# [Your goal]
Which lines below hold the word "IFCLOCALPLACEMENT"? Copy all of them.

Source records
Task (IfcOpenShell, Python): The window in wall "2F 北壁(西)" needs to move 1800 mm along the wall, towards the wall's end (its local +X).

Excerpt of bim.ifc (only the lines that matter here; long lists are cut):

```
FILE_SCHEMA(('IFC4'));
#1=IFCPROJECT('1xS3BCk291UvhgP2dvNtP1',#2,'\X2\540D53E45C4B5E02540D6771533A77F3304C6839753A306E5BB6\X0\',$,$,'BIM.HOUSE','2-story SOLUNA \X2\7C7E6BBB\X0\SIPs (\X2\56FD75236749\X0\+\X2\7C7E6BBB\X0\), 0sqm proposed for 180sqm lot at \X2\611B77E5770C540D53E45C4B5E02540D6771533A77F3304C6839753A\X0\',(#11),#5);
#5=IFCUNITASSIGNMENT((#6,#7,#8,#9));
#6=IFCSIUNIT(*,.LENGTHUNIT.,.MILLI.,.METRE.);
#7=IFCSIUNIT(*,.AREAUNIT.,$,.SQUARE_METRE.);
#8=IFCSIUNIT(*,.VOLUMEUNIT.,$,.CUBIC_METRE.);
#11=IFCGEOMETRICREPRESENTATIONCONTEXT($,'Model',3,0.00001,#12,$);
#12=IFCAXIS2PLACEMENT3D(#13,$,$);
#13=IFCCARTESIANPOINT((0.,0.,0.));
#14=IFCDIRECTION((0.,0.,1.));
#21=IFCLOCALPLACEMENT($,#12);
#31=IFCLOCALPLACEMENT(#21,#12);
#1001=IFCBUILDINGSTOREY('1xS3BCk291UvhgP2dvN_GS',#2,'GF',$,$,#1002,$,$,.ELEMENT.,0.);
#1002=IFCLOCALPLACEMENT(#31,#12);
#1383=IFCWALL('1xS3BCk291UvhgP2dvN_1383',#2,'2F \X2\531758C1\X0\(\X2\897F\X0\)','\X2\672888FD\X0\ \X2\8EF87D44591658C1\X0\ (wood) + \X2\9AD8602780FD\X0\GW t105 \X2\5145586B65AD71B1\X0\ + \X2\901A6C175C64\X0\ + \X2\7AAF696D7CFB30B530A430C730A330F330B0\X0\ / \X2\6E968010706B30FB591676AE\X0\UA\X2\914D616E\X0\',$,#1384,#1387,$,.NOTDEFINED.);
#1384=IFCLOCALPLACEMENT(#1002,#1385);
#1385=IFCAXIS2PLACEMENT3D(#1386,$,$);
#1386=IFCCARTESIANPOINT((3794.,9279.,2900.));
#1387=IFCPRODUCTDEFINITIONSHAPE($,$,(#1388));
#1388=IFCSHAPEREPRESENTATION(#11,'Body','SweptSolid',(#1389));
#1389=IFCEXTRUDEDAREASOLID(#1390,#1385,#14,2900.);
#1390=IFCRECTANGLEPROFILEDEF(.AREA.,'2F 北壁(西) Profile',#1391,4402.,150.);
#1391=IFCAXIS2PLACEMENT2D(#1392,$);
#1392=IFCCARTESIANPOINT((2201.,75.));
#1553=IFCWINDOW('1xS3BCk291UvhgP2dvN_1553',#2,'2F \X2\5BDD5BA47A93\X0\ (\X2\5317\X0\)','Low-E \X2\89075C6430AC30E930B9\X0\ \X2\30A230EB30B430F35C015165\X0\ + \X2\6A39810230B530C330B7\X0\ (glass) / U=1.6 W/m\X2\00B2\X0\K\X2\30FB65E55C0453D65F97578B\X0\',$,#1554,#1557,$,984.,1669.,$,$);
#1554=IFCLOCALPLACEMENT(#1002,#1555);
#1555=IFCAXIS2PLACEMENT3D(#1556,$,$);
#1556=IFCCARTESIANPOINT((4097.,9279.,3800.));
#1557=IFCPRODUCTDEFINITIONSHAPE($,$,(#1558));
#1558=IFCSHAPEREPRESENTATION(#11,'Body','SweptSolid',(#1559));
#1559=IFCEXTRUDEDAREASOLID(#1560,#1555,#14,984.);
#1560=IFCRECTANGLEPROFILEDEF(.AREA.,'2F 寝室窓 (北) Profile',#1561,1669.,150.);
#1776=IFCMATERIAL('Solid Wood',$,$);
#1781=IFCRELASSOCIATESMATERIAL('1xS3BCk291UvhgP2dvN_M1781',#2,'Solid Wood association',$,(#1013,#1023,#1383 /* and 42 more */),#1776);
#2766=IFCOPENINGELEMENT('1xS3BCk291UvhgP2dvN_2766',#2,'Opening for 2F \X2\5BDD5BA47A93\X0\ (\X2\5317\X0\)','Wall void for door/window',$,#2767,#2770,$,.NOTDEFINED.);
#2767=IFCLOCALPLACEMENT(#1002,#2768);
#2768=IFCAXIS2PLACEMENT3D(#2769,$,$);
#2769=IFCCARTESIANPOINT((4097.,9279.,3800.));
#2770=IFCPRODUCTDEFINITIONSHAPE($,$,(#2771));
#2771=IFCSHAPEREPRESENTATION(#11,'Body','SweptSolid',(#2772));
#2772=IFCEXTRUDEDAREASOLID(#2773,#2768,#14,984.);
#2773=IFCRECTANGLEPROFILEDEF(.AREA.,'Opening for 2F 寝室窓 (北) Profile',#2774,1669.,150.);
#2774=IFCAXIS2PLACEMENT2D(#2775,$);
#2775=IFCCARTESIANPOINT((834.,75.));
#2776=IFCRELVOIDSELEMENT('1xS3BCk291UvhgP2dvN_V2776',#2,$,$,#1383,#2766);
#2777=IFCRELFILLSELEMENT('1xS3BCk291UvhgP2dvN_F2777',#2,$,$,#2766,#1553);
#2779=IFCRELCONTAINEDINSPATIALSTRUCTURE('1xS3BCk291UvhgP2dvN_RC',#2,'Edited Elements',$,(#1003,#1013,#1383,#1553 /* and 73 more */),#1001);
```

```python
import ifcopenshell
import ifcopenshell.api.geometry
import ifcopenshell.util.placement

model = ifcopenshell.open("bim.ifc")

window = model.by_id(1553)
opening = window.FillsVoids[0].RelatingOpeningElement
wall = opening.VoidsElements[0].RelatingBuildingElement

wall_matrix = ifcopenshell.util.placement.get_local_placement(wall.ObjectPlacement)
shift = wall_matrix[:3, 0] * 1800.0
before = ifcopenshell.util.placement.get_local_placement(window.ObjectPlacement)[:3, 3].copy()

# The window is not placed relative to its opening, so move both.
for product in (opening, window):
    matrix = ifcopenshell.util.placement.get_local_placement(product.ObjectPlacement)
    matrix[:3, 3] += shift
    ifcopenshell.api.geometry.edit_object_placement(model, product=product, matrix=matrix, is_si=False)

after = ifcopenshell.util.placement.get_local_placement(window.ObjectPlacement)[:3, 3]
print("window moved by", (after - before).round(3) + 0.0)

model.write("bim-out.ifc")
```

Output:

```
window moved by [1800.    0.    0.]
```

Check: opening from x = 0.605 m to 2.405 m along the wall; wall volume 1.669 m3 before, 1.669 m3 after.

# [Response to the exercise]
#21=IFCLOCALPLACEMENT($,#12);
#31=IFCLOCALPLACEMENT(#21,#12);
#1002=IFCLOCALPLACEMENT(#31,#12);
#1384=IFCLOCALPLACEMENT(#1002,#1385);
#1554=IFCLOCALPLACEMENT(#1002,#1555);
#2767=IFCLOCALPLACEMENT(#1002,#2768);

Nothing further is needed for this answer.